In this case, it is his insistence that U.S. banks can earn their way out of the current hole that they dug themselves in:
Treasury Secretary Timothy Geithner is betting that U.S. banks can do something their Japanese counterparts were unable to accomplish in that country’s “lost decade” of the 1990s: earn their way out of trouble.(emphasis mine)
The stress-test results released yesterday by regulators found that the 19 largest banks face a $74.6 billion capital hole that may be filled mostly by private money. That compares with the hundreds of billions of dollars seen by outside analysts, including the International Monetary Fund, and takes into account banks’ projected earnings over the next two years.
The “stress-test results are an important step forward,” Geithner said in a statement announcing the results. “Americans should know that the government stands behind the banking system and that their deposits are safe.”
...
Geithner told reporters that regulators took a conservative approach to toting up potential credit losses and calculating the industry’s ability to absorb them through increased earnings.
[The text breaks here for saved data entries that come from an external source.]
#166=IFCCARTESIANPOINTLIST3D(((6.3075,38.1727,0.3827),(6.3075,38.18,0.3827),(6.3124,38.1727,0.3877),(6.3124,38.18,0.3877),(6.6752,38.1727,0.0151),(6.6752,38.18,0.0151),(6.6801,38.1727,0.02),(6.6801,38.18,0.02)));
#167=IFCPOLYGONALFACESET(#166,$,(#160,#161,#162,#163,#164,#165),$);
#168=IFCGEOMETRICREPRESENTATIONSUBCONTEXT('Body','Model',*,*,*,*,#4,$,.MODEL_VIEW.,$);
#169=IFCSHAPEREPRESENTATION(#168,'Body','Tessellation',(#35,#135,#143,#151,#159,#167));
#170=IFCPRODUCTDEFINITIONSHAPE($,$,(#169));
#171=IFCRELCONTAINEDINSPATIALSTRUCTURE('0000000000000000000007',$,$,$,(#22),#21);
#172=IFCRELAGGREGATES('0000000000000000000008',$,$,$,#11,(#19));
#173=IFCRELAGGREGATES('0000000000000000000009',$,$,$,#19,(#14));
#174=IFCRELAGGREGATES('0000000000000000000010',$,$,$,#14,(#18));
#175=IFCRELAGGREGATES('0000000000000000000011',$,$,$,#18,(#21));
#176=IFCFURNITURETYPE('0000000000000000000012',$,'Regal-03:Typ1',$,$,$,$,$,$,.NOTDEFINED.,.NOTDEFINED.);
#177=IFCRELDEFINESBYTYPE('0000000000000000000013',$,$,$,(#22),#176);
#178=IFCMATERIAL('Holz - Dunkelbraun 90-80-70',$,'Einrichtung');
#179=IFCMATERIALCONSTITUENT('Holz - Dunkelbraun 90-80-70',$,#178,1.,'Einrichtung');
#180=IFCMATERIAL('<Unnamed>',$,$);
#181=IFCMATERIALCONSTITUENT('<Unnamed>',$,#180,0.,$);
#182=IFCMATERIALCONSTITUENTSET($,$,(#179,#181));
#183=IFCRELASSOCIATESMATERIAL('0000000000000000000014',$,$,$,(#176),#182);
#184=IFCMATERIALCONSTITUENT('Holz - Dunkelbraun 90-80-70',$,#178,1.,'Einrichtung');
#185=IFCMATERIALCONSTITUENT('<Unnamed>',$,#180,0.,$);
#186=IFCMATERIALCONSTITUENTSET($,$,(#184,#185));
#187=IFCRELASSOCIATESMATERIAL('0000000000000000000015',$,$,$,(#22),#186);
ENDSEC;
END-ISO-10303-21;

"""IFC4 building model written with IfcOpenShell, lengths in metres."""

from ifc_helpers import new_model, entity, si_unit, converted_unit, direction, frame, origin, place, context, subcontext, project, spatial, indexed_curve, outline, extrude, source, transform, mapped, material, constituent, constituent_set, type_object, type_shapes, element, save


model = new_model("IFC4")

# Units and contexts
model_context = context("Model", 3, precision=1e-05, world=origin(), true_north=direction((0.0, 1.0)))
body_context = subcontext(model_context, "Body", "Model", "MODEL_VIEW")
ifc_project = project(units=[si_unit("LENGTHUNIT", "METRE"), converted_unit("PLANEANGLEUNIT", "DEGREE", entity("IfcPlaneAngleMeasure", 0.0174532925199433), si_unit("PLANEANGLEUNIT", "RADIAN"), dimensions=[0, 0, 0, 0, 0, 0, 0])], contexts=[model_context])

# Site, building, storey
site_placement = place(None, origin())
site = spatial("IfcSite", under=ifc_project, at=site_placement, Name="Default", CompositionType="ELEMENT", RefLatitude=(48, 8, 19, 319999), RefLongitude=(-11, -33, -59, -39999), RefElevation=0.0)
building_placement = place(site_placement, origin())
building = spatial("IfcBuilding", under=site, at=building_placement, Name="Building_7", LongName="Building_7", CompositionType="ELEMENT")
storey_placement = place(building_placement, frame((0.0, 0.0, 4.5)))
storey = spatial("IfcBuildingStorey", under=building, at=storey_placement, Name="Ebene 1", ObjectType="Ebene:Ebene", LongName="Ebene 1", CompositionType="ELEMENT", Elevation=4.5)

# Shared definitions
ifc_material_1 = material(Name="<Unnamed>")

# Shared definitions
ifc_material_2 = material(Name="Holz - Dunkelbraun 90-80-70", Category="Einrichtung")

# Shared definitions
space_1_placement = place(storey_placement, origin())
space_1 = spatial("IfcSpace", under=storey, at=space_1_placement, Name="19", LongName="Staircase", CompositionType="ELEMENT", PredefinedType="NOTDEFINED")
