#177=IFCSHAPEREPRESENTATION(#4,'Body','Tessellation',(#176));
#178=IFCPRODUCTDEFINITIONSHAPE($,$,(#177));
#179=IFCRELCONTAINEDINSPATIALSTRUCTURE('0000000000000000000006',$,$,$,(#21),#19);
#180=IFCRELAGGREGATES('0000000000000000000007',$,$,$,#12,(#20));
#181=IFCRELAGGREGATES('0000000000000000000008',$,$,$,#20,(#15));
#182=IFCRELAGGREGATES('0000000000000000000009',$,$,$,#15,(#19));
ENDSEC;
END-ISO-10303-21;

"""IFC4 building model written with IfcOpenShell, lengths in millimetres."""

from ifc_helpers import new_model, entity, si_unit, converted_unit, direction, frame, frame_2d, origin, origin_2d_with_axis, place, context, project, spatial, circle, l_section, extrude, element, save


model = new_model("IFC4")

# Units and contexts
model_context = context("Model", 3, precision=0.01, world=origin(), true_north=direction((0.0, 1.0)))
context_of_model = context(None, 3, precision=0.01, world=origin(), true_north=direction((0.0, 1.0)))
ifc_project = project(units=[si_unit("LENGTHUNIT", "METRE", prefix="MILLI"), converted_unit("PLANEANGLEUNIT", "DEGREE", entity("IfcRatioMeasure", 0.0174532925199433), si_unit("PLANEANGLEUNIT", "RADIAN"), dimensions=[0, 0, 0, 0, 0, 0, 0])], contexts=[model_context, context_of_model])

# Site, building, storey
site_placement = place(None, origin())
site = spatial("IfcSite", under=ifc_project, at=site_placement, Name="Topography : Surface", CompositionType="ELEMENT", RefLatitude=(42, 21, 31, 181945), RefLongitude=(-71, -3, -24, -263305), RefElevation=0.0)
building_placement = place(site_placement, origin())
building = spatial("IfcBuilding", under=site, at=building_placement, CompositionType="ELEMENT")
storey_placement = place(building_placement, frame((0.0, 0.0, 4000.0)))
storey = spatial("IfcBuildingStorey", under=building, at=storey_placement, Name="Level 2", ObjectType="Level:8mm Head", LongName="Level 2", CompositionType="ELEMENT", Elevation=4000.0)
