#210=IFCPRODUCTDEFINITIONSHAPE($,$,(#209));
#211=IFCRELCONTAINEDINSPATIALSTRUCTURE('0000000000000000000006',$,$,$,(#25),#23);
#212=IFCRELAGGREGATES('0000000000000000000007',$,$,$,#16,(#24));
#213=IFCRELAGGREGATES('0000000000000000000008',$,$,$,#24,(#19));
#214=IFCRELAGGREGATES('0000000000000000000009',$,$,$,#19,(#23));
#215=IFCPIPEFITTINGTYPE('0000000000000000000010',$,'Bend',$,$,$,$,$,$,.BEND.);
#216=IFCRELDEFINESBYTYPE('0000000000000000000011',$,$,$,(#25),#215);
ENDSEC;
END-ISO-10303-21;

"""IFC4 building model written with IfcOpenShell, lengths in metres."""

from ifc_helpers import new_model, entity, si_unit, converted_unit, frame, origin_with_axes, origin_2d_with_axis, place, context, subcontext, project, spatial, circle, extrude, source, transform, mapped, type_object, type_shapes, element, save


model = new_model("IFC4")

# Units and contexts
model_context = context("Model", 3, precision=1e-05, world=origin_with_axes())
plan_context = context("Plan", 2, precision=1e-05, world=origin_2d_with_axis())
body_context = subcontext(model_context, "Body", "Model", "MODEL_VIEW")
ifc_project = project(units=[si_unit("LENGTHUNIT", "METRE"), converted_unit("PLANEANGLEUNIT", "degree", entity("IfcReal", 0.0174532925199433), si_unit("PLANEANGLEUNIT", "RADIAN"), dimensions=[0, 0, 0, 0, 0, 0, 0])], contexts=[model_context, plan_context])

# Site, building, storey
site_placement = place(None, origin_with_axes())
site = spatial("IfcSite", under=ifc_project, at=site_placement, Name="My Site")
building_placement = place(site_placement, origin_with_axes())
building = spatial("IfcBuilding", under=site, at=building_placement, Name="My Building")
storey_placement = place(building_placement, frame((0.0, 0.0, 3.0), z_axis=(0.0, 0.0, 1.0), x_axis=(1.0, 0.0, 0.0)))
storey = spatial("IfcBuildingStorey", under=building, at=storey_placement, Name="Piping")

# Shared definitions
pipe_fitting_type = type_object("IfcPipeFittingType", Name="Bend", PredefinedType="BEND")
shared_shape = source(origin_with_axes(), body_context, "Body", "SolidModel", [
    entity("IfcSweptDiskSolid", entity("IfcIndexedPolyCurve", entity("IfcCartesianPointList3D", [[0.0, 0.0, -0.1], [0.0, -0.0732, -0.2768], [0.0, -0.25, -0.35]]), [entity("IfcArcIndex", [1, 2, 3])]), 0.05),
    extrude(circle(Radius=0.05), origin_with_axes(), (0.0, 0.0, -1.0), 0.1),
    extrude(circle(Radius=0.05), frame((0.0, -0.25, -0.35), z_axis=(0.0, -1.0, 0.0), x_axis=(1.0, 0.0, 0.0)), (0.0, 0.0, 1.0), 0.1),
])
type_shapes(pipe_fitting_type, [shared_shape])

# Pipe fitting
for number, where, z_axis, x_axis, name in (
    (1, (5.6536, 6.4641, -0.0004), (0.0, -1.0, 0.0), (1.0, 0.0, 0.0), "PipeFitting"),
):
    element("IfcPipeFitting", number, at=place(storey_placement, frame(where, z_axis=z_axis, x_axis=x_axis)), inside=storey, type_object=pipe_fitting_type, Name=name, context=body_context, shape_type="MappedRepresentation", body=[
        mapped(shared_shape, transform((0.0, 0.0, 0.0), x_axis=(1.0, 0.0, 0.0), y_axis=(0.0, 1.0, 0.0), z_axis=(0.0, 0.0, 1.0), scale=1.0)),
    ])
The forecast of future profits was at the “quite low end of analysts’ expectations,” he said.
It is quite literally all a confidence game to him: If he can convince the American public to maintain their confidence in the banking system, then they will make so much money, from those FDIC subsidized loans, I guess, that they will earn their way out of this.
It's also clear that the "stress test" was intended as a confidence building measure, whether it is justified or not.
When you look at the dictionary for the definition of "regulatory capture", the process by, "which a government regulatory agency created to act in the public interest instead acts in favor of the commercial or special interests that dominate in the industry or sector it is charged with regulating," you sill see this picture.
Great googly moogly! How stupid do they think that we are?
Who are they anyway? Maybe we can export them to Namibia.